**Requirement**.
Beginning with the line that contains "#149=IFCINDEXEDPOLYGONALFACE((3,4,6,5));" in the material below, print each line exactly until the line that contains "#164=IFCINDEXEDPOLYGONALFACE((2,6,4,12,14,16,10,8));" has been printed, then stop.

**Task material**.
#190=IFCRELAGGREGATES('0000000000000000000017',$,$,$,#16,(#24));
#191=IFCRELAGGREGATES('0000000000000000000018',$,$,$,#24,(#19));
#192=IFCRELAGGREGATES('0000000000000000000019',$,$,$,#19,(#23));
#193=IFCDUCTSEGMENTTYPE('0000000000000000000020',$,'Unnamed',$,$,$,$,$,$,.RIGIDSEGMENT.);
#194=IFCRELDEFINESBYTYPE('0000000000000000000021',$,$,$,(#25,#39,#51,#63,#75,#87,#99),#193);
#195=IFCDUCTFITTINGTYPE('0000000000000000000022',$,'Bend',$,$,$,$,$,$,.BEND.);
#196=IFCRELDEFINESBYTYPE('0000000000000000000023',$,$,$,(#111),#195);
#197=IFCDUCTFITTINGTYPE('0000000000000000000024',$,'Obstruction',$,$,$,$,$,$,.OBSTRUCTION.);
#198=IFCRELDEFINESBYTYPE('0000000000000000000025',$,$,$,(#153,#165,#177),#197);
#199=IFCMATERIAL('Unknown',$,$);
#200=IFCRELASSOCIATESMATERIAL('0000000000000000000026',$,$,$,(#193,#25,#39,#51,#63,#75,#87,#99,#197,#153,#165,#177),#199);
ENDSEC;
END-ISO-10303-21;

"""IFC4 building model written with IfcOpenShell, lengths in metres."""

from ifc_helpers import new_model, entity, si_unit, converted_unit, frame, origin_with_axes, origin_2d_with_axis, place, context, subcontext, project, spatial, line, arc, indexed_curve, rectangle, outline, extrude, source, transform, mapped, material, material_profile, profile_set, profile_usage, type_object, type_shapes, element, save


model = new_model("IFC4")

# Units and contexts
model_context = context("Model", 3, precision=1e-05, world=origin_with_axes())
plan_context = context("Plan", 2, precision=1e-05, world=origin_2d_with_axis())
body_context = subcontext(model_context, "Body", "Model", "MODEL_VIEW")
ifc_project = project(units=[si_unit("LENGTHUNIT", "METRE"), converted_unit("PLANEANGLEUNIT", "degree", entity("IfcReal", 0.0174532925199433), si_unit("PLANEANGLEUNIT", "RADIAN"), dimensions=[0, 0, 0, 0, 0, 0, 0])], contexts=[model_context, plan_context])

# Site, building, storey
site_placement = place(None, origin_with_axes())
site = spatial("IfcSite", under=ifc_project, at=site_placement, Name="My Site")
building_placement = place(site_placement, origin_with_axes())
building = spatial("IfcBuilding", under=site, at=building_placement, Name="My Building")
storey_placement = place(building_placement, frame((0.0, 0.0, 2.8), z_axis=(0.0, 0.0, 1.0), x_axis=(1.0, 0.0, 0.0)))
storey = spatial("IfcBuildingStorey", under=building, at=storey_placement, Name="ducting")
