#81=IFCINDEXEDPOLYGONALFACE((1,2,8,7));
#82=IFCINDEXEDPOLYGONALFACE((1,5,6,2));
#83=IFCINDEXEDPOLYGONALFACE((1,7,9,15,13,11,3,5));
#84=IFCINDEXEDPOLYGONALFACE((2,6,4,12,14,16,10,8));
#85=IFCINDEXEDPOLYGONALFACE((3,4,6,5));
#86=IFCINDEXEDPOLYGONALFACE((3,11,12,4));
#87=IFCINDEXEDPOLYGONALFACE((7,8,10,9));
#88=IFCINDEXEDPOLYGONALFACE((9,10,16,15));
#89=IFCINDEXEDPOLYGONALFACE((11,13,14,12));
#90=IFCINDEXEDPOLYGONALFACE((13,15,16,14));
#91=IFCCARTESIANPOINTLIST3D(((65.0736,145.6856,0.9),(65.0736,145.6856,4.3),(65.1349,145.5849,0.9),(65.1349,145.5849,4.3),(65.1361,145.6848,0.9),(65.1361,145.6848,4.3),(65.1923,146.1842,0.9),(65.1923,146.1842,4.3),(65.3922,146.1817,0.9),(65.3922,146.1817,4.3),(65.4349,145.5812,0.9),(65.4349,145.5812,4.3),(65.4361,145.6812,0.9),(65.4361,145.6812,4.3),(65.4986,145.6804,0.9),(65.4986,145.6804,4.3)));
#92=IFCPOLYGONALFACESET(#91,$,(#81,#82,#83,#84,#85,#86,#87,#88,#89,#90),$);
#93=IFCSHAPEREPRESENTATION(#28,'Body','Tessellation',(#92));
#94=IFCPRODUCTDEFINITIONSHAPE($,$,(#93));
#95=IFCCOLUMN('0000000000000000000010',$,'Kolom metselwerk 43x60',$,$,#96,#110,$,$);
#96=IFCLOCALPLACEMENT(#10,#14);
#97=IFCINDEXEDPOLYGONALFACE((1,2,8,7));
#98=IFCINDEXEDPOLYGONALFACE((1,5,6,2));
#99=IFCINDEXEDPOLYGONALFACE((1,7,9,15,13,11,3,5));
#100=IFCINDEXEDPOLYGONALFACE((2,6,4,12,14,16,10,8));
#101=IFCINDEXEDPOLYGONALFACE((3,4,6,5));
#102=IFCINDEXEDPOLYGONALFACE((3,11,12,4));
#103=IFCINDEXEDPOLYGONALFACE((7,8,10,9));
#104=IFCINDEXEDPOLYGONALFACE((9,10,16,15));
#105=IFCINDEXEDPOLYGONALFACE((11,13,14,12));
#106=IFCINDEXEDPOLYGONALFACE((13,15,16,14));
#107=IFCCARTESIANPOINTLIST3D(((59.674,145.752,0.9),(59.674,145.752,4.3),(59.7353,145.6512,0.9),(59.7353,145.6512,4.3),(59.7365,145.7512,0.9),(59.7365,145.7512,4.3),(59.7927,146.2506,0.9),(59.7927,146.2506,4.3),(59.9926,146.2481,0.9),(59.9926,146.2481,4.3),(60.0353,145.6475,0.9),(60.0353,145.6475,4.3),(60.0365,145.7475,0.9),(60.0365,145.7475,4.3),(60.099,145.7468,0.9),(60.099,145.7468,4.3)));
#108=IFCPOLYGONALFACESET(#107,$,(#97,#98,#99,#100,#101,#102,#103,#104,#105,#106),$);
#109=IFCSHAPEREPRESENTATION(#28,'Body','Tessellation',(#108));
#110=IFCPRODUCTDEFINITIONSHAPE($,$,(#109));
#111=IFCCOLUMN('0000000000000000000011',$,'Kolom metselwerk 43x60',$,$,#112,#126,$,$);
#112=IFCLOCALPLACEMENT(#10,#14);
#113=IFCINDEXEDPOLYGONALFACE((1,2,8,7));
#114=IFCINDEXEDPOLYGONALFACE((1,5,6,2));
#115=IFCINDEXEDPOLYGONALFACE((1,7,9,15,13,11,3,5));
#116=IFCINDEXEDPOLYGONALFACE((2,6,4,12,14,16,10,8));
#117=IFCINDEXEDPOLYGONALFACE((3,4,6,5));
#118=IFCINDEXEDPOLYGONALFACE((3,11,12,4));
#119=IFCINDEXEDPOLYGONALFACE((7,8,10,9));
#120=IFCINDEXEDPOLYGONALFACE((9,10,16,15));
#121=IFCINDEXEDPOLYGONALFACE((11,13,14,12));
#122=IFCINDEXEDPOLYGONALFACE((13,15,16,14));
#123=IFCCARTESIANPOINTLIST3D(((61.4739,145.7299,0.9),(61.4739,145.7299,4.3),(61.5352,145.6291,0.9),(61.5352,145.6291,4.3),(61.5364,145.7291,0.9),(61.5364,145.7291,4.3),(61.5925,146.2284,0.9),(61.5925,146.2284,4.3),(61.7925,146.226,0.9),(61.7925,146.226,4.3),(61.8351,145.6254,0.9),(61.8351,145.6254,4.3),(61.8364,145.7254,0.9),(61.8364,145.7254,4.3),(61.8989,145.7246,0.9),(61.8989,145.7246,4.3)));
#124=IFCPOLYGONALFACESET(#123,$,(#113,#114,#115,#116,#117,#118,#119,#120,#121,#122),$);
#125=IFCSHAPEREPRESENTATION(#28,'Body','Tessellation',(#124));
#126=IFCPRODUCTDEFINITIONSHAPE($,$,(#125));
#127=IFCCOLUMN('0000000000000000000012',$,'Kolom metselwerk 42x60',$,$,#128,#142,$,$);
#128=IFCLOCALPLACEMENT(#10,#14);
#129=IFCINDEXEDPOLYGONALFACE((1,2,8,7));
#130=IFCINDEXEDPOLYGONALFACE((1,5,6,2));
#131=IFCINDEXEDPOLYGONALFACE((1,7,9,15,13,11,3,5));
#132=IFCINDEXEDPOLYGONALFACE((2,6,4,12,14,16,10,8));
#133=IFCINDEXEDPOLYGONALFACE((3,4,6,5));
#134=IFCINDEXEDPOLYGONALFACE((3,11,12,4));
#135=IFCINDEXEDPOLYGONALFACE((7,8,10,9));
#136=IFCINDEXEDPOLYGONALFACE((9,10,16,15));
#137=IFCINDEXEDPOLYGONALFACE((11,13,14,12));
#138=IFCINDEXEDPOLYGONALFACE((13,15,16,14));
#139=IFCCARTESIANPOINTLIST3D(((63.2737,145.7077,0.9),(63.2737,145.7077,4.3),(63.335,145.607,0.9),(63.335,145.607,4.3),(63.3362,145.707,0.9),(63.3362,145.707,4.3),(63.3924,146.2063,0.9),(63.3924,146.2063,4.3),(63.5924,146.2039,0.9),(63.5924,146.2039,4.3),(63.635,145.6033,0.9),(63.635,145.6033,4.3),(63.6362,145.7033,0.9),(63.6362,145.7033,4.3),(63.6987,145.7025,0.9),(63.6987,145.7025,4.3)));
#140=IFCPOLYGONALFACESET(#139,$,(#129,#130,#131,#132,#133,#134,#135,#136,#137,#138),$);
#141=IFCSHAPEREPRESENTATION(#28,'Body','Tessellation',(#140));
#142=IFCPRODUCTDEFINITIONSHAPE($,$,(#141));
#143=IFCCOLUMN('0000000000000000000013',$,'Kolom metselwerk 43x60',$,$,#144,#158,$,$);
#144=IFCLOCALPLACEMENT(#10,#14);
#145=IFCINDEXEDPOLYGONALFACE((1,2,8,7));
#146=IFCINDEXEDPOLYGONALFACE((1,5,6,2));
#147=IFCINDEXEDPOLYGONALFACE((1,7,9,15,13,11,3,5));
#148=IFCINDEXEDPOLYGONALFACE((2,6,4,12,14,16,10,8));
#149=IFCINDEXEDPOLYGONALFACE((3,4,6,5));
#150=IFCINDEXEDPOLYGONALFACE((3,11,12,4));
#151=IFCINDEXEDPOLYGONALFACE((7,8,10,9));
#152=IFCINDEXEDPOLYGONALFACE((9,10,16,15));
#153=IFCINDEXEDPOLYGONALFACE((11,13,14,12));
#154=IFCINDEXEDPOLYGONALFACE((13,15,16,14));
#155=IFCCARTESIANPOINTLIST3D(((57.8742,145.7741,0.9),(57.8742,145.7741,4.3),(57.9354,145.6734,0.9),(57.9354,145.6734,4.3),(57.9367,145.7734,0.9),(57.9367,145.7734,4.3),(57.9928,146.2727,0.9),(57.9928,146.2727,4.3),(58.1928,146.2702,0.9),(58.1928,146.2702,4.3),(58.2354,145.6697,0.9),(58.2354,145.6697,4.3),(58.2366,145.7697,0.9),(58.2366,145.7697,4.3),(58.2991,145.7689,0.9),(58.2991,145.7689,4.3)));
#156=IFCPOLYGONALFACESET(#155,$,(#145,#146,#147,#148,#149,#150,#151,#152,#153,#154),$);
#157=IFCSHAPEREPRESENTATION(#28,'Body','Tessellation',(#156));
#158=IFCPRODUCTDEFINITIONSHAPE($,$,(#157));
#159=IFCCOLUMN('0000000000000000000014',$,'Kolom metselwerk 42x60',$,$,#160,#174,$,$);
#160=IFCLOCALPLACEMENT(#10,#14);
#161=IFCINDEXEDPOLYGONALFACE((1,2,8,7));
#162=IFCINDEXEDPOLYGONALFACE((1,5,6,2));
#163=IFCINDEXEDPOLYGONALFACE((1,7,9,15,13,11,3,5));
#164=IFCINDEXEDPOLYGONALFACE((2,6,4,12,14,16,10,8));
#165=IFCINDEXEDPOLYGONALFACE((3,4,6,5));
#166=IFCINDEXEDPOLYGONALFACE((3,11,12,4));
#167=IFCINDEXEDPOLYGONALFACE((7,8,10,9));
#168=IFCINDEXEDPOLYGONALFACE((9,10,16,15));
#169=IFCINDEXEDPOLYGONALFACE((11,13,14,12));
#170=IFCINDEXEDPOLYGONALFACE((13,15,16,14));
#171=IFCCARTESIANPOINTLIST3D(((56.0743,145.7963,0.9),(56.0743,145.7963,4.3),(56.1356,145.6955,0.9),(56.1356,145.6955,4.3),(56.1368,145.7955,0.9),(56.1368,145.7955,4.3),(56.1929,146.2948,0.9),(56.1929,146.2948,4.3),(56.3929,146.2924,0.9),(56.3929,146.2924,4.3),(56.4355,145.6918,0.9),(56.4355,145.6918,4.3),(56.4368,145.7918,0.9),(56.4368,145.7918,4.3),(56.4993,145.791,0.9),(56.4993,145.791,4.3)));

**Reply to the exercise**.
#149=IFCINDEXEDPOLYGONALFACE((3,4,6,5));
#150=IFCINDEXEDPOLYGONALFACE((3,11,12,4));
#151=IFCINDEXEDPOLYGONALFACE((7,8,10,9));
#152=IFCINDEXEDPOLYGONALFACE((9,10,16,15));
#153=IFCINDEXEDPOLYGONALFACE((11,13,14,12));
#154=IFCINDEXEDPOLYGONALFACE((13,15,16,14));
#155=IFCCARTESIANPOINTLIST3D(((57.8742,145.7741,0.9),(57.8742,145.7741,4.3),(57.9354,145.6734,0.9),(57.9354,145.6734,4.3),(57.9367,145.7734,0.9),(57.9367,145.7734,4.3),(57.9928,146.2727,0.9),(57.9928,146.2727,4.3),(58.1928,146.2702,0.9),(58.1928,146.2702,4.3),(58.2354,145.6697,0.9),(58.2354,145.6697,4.3),(58.2366,145.7697,0.9),(58.2366,145.7697,4.3),(58.2991,145.7689,0.9),(58.2991,145.7689,4.3)));
#156=IFCPOLYGONALFACESET(#155,$,(#145,#146,#147,#148,#149,#150,#151,#152,#153,#154),$);
#157=IFCSHAPEREPRESENTATION(#28,'Body','Tessellation',(#156));
#158=IFCPRODUCTDEFINITIONSHAPE($,$,(#157));
#159=IFCCOLUMN('0000000000000000000014',$,'Kolom metselwerk 42x60',$,$,#160,#174,$,$);
#160=IFCLOCALPLACEMENT(#10,#14);
#161=IFCINDEXEDPOLYGONALFACE((1,2,8,7));
#162=IFCINDEXEDPOLYGONALFACE((1,5,6,2));
#163=IFCINDEXEDPOLYGONALFACE((1,7,9,15,13,11,3,5));
#164=IFCINDEXEDPOLYGONALFACE((2,6,4,12,14,16,10,8));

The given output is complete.